- Stored data entries -

★ ★ ★

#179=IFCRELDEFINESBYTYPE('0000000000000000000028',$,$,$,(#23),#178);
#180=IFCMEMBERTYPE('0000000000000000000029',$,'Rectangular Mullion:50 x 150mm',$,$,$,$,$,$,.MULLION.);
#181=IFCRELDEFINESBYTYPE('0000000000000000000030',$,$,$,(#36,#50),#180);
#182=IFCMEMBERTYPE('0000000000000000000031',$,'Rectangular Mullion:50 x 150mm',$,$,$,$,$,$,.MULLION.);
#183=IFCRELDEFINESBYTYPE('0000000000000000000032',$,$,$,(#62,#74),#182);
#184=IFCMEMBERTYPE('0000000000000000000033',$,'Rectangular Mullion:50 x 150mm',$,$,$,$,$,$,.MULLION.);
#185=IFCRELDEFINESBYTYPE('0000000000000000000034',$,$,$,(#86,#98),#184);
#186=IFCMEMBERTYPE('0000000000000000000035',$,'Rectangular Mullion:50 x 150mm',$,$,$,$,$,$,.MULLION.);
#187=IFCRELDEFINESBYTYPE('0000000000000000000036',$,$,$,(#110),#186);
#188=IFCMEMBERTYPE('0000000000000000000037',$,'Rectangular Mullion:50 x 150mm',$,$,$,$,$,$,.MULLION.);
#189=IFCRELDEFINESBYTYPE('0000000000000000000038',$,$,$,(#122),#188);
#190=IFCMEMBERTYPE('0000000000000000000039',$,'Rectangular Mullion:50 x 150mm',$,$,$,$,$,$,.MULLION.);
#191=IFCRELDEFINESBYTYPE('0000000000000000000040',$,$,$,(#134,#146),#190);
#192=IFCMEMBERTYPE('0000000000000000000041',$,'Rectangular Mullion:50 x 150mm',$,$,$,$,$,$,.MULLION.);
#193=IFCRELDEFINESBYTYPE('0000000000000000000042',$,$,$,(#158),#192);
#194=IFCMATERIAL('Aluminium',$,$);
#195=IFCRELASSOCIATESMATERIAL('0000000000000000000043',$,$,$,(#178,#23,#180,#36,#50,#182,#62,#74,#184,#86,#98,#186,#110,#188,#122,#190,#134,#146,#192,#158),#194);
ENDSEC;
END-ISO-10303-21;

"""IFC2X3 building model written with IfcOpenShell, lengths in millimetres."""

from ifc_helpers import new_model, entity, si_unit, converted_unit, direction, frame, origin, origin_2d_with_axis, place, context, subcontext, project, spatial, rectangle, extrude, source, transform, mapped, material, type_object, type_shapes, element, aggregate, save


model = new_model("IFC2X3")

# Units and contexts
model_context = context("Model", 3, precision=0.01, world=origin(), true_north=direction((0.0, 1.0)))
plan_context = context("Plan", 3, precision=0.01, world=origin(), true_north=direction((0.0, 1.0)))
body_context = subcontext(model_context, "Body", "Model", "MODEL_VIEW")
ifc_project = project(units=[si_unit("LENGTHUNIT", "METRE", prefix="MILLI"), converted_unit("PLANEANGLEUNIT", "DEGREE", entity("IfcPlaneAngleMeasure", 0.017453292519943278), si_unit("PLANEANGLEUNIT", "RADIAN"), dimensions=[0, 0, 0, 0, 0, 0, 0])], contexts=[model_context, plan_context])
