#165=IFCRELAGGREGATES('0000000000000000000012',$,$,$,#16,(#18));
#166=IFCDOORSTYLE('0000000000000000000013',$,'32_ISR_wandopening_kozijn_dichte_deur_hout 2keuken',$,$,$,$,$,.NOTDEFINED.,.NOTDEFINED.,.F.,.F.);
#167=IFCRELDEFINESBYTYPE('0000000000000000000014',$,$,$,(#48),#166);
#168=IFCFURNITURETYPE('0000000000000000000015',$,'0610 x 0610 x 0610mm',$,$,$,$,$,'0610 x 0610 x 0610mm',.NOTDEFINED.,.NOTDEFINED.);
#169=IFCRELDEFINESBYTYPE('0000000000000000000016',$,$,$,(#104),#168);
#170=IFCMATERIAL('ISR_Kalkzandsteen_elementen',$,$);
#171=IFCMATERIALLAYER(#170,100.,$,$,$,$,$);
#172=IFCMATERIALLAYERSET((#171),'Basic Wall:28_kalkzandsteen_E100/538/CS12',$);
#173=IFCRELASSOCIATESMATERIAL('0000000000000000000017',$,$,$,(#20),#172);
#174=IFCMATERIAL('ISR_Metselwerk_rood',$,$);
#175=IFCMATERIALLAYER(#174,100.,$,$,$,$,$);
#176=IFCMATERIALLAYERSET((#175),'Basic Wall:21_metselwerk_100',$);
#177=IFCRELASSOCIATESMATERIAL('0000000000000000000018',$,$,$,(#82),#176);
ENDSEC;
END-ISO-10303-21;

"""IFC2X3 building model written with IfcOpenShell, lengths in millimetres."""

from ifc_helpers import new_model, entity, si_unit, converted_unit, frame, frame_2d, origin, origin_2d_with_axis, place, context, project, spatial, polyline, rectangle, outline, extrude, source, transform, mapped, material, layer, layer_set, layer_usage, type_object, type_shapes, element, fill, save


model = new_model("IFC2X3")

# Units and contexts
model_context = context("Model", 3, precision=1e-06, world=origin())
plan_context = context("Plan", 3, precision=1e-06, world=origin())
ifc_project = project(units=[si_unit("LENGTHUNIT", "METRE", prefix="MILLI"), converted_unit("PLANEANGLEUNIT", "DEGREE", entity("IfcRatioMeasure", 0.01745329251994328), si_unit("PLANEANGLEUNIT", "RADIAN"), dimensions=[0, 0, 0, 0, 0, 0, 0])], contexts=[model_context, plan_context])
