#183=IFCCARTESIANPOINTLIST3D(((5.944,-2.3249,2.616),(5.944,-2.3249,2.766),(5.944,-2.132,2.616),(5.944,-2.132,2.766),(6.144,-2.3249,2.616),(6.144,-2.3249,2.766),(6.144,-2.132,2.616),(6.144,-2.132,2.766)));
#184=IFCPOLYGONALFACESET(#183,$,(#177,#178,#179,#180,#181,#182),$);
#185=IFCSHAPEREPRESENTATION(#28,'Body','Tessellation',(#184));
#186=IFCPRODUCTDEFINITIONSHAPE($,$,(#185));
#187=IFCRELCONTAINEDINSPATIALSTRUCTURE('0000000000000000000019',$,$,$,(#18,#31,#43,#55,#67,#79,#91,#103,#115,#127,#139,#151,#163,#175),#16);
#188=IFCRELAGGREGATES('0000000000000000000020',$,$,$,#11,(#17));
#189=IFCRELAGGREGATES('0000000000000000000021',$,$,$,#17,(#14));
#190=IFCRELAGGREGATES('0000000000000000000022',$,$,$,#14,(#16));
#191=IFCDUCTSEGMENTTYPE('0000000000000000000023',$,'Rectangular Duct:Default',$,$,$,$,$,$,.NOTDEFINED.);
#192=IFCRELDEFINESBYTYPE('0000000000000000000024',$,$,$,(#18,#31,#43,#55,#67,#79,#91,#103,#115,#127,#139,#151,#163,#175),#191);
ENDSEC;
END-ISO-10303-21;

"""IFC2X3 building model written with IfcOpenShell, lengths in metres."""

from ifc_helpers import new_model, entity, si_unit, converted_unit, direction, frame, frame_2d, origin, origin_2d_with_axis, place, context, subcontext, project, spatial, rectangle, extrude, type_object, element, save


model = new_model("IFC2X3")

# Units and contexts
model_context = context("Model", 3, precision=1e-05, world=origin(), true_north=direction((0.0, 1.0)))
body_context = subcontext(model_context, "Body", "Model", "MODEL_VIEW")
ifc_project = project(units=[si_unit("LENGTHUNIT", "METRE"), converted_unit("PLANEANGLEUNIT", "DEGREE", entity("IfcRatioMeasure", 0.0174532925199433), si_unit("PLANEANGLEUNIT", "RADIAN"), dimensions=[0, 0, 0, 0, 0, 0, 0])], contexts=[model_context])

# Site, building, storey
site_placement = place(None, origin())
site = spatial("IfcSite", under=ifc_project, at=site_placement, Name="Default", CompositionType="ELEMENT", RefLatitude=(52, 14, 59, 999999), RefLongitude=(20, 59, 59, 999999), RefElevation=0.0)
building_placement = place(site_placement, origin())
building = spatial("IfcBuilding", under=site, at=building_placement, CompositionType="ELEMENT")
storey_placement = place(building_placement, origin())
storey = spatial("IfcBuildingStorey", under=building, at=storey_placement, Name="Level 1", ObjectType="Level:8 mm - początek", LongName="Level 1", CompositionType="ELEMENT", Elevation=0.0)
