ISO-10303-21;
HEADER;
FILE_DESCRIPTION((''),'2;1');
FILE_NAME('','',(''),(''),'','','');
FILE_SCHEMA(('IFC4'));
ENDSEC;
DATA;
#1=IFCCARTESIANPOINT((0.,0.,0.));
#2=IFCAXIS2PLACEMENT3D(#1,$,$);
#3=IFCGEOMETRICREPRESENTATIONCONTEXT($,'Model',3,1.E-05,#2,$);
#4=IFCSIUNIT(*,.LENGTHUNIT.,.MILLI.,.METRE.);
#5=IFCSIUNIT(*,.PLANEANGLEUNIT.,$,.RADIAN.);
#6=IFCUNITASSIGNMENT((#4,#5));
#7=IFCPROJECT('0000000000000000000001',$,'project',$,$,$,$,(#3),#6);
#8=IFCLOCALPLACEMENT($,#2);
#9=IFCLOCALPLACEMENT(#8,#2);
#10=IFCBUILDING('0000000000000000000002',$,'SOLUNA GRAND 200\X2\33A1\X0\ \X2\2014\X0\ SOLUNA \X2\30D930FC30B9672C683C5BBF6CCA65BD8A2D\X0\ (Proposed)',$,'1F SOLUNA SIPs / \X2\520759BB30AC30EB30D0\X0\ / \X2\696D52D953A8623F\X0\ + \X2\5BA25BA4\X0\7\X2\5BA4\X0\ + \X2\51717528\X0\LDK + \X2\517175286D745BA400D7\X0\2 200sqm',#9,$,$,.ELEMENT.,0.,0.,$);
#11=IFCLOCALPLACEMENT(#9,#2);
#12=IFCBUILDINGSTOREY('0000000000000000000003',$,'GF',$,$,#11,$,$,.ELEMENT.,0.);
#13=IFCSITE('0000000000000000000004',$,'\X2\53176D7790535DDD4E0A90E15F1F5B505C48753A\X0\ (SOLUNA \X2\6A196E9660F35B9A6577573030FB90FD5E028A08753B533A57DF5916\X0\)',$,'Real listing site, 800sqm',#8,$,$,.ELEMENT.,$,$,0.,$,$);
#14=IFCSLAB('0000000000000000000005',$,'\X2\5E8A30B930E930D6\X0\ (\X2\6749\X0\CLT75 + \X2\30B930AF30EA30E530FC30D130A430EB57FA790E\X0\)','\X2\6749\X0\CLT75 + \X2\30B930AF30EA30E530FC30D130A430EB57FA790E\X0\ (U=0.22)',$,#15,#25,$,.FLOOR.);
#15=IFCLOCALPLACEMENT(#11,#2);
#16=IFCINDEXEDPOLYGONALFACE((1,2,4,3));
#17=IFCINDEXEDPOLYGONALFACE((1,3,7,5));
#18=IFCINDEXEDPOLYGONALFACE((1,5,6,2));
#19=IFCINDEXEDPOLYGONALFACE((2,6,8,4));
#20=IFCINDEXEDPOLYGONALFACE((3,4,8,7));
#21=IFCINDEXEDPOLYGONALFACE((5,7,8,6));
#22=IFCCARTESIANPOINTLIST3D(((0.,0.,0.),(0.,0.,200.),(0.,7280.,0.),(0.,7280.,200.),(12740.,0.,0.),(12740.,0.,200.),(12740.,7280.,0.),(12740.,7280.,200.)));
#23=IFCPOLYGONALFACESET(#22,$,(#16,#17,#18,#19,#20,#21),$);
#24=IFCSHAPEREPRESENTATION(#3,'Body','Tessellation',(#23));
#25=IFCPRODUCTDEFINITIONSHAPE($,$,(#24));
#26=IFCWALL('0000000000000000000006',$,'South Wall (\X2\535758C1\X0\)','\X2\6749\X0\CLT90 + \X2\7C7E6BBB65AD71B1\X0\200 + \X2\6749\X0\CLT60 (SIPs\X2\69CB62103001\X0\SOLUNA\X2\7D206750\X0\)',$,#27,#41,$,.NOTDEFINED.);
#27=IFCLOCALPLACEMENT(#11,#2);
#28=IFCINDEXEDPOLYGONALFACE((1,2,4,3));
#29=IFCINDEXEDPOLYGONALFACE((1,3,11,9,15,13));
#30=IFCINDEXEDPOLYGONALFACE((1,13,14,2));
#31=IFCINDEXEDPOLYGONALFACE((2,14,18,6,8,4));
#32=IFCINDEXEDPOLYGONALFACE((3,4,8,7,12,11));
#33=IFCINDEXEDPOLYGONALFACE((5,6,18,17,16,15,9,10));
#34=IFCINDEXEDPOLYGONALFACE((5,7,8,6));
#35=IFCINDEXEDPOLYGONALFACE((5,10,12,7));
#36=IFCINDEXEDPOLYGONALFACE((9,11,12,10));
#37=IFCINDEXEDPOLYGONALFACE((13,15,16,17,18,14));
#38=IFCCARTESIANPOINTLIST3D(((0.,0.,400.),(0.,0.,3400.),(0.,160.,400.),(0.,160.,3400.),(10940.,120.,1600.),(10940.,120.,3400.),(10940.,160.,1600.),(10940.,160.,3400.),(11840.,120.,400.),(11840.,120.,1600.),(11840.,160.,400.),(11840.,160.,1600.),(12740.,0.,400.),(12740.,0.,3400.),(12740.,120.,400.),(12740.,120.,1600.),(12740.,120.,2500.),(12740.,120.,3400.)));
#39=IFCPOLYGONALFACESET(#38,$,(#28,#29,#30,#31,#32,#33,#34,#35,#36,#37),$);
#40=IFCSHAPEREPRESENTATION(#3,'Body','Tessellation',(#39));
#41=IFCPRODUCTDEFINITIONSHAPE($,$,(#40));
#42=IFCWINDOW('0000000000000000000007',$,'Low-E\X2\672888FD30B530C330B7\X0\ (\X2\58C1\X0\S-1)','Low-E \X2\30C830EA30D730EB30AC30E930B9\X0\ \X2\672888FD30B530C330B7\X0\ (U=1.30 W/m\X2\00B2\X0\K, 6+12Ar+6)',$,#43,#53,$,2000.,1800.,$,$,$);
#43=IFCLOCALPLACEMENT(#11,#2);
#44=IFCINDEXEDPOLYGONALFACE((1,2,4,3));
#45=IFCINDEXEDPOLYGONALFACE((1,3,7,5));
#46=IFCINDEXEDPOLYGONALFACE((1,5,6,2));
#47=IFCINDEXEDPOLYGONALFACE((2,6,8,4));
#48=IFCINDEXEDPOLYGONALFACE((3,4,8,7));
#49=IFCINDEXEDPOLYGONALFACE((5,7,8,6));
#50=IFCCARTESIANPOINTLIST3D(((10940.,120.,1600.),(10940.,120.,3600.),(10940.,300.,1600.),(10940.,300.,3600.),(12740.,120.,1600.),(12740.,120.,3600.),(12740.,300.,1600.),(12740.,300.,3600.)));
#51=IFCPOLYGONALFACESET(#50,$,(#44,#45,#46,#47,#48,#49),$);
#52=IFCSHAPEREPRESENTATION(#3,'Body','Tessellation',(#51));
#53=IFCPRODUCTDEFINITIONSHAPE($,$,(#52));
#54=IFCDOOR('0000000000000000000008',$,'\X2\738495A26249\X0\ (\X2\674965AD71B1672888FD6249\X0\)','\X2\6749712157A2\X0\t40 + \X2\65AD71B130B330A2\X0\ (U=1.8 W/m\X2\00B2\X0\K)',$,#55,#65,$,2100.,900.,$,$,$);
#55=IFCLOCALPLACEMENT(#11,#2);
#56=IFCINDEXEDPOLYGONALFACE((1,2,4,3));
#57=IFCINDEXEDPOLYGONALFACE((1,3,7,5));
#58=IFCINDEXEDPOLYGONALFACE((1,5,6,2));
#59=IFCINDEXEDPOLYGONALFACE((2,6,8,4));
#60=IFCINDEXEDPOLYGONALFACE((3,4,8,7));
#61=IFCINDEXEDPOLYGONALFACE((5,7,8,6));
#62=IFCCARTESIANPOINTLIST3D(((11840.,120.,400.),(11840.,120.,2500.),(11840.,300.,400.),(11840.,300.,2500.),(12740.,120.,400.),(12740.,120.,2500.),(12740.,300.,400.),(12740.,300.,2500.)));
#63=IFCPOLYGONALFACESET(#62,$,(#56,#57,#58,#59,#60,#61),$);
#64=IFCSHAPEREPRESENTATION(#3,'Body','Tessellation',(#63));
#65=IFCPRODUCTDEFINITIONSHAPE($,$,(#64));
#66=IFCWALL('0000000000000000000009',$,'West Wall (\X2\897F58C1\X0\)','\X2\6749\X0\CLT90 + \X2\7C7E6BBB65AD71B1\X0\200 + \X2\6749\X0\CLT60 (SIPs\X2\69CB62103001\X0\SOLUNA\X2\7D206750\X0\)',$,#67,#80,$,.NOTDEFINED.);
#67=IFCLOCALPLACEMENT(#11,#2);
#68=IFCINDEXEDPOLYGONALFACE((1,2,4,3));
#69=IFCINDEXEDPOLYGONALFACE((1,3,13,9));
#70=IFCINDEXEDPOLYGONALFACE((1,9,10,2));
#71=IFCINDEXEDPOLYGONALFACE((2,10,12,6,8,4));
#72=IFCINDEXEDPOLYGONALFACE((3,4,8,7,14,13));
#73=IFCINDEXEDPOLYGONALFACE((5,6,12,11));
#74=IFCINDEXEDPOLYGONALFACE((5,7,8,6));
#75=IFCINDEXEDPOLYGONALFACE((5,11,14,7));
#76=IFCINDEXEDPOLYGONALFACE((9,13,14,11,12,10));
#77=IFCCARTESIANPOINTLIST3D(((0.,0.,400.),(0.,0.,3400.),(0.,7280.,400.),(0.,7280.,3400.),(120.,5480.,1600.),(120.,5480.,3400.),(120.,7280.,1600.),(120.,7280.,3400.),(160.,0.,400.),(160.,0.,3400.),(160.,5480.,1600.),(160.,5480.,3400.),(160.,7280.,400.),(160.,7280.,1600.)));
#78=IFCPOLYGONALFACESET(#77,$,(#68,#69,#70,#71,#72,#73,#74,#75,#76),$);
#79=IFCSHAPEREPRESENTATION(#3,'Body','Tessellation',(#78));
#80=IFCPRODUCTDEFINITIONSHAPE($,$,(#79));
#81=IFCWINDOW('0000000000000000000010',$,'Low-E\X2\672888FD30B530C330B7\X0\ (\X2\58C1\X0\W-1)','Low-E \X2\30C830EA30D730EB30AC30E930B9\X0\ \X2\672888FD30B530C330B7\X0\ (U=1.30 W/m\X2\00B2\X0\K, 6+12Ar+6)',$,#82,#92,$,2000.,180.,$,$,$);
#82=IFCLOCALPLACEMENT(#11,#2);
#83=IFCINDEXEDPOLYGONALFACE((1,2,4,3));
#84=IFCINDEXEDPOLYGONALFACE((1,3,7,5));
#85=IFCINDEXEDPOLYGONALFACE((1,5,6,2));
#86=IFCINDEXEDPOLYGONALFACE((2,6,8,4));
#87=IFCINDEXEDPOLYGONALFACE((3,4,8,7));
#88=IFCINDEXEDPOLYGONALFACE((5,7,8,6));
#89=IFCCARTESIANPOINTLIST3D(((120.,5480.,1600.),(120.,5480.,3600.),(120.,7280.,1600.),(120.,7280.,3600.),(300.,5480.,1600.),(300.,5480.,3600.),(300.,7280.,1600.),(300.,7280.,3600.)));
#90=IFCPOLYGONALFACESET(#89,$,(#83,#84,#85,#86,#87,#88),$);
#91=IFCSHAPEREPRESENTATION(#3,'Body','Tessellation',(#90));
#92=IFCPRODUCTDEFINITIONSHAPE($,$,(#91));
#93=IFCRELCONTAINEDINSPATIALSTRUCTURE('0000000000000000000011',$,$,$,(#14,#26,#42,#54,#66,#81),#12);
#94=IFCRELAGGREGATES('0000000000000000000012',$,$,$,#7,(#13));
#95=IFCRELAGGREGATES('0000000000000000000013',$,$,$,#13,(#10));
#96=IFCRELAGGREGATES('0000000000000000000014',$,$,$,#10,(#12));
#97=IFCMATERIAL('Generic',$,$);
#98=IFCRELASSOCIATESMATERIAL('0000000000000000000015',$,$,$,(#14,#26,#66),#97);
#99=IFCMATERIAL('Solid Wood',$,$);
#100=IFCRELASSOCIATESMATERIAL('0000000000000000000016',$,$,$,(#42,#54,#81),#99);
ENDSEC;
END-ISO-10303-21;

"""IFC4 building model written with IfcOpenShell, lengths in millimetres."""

from ifc_helpers import new_model, si_unit, frame, frame_2d, origin, place, context, project, spatial, rectangle, extrude, material, element, fill, save


model = new_model("IFC4")

# Units and contexts
model_context = context("Model", 3, precision=1e-05, world=origin())
ifc_project = project(units=[si_unit("LENGTHUNIT", "METRE", prefix="MILLI"), si_unit("PLANEANGLEUNIT", "RADIAN")], contexts=[model_context])

# Site, building, storey
site_placement = place(None, origin())
site = spatial("IfcSite", under=ifc_project, at=site_placement, Name="北海道川上郡弟子屈町 (SOLUNA 標準想定敷地・都市計画区域外)", ObjectType="Real listing site, 800sqm", CompositionType="ELEMENT", RefElevation=0.0)
building_placement = place(site_placement, origin())
building = spatial("IfcBuilding", under=site, at=building_placement, Name="SOLUNA GRAND 200㎡ — SOLUNA ベース本格宿泊施設 (Proposed)", ObjectType="1F SOLUNA SIPs / 切妻ガルバ / 業務厨房 + 客室7室 + 共用LDK + 共用浴室×2 200sqm", CompositionType="ELEMENT", ElevationOfRefHeight=0.0, ElevationOfTerrain=0.0)
storey_placement = place(building_placement, origin())
storey = spatial("IfcBuildingStorey", under=building, at=storey_placement, Name="GF", CompositionType="ELEMENT", Elevation=0.0)

# Slab
ifc_material_1 = material(Name="Generic")
slab_placement = place(storey_placement, origin())
element("IfcSlab", 1, at=slab_placement, inside=storey, material=ifc_material_1, Name="床スラブ (杉CLT75 + スクリューパイル基礎)", Description="杉CLT75 + スクリューパイル基礎 (U=0.22)", PredefinedType="FLOOR", context=model_context, shape_type="SweptSolid", body=[
    extrude(rectangle(XDim=12740.0, YDim=7280.0, at=frame_2d((6370.0, 3640.0))), origin(), (0.0, 0.0, 1.0), 200.0),
])

# Wall, openings, window, door
wall_1_placement = place(storey_placement, frame((0.0, 0.0, 200.0)))
wall_1 = element("IfcWall", 2, at=wall_1_placement, inside=storey, material=ifc_material_1, Name="South Wall (南壁)", Description="杉CLT90 + 籾殻断熱200 + 杉CLT60 (SIPs構成、SOLUNA素材)", PredefinedType="NOTDEFINED", context=model_context, shape_type="SweptSolid", body=[
    extrude(rectangle(XDim=12740.0, YDim=160.0, at=frame_2d((6370.0, 80.0))), frame((0.0, 0.0, 200.0)), (0.0, 0.0, 1.0), 3000.0),
])
opening_1_placement = place(storey_placement, frame((5470.0, 60.0, 800.0)))
opening_1 = element("IfcOpeningElement", 3, at=opening_1_placement, cuts=wall_1, PredefinedType="NOTDEFINED", context=model_context, shape_type="SweptSolid", body=[
    extrude(rectangle(XDim=1800.0, YDim=180.0, at=frame_2d((900.0, 90.0))), frame((5470.0, 60.0, 800.0)), (0.0, 0.0, 1.0), 2000.0),
])
opening_2_placement = place(storey_placement, frame((5920.0, 60.0, 200.0)))
opening_2 = element("IfcOpeningElement", 4, at=opening_2_placement, cuts=wall_1, PredefinedType="NOTDEFINED", context=model_context, shape_type="SweptSolid", body=[
    extrude(rectangle(XDim=900.0, YDim=180.0, at=frame_2d((450.0, 90.0))), frame((5920.0, 60.0, 200.0)), (0.0, 0.0, 1.0), 2100.0),
])
ifc_material_2 = material(Name="Solid Wood")
window_1_placement = place(storey_placement, frame((5470.0, 60.0, 800.0)))
window_1 = element("IfcWindow", 5, at=window_1_placement, inside=storey, material=ifc_material_2, Name="Low-E木製サッシ (壁S-1)", Description="Low-E トリプルガラス 木製サッシ (U=1.30 W/m²K, 6+12Ar+6)", OverallHeight=2000.0, OverallWidth=1800.0, context=model_context, shape_type="SweptSolid", body=[
    extrude(rectangle(XDim=1800.0, YDim=180.0, at=frame_2d((900.0, 90.0))), frame((5470.0, 60.0, 800.0)), (0.0, 0.0, 1.0), 2000.0),
])
fill(opening_1, window_1)
door_placement = place(storey_placement, frame((5920.0, 60.0, 200.0)))
door = element("IfcDoor", 6, at=door_placement, inside=storey, material=ifc_material_2, Name="玄関扉 (杉断熱木製扉)", Description="杉無垢t40 + 断熱コア (U=1.8 W/m²K)", OverallHeight=2100.0, OverallWidth=900.0, context=model_context, shape_type="SweptSolid", body=[
    extrude(rectangle(XDim=900.0, YDim=180.0, at=frame_2d((450.0, 90.0))), frame((5920.0, 60.0, 200.0)), (0.0, 0.0, 1.0), 2100.0),
])
fill(opening_2, door)

# Wall, opening, window
wall_2_placement = place(storey_placement, frame((0.0, 0.0, 200.0)))
wall_2 = element("IfcWall", 7, at=wall_2_placement, inside=storey, material=ifc_material_1, Name="West Wall (西壁)", Description="杉CLT90 + 籾殻断熱200 + 杉CLT60 (SIPs構成、SOLUNA素材)", PredefinedType="NOTDEFINED", context=model_context, shape_type="SweptSolid", body=[
    extrude(rectangle(XDim=160.0, YDim=7280.0, at=frame_2d((80.0, 3640.0))), frame((0.0, 0.0, 200.0)), (0.0, 0.0, 1.0), 3000.0),
])
opening_3_placement = place(storey_placement, frame((60.0, 2740.0, 800.0)))
opening_3 = element("IfcOpeningElement", 8, at=opening_3_placement, cuts=wall_2, PredefinedType="NOTDEFINED", context=model_context, shape_type="SweptSolid", body=[
    extrude(rectangle(XDim=180.0, YDim=1800.0, at=frame_2d((90.0, 900.0))), frame((60.0, 2740.0, 800.0)), (0.0, 0.0, 1.0), 2000.0),
])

★ ★ ★

Copy each line of the records that contains the word "IFCLOCALPLACEMENT".

#8=IFCLOCALPLACEMENT($,#2);
#9=IFCLOCALPLACEMENT(#8,#2);
#11=IFCLOCALPLACEMENT(#9,#2);
#15=IFCLOCALPLACEMENT(#11,#2);
#27=IFCLOCALPLACEMENT(#11,#2);
#43=IFCLOCALPLACEMENT(#11,#2);
#55=IFCLOCALPLACEMENT(#11,#2);
#67=IFCLOCALPLACEMENT(#11,#2);
#82=IFCLOCALPLACEMENT(#11,#2);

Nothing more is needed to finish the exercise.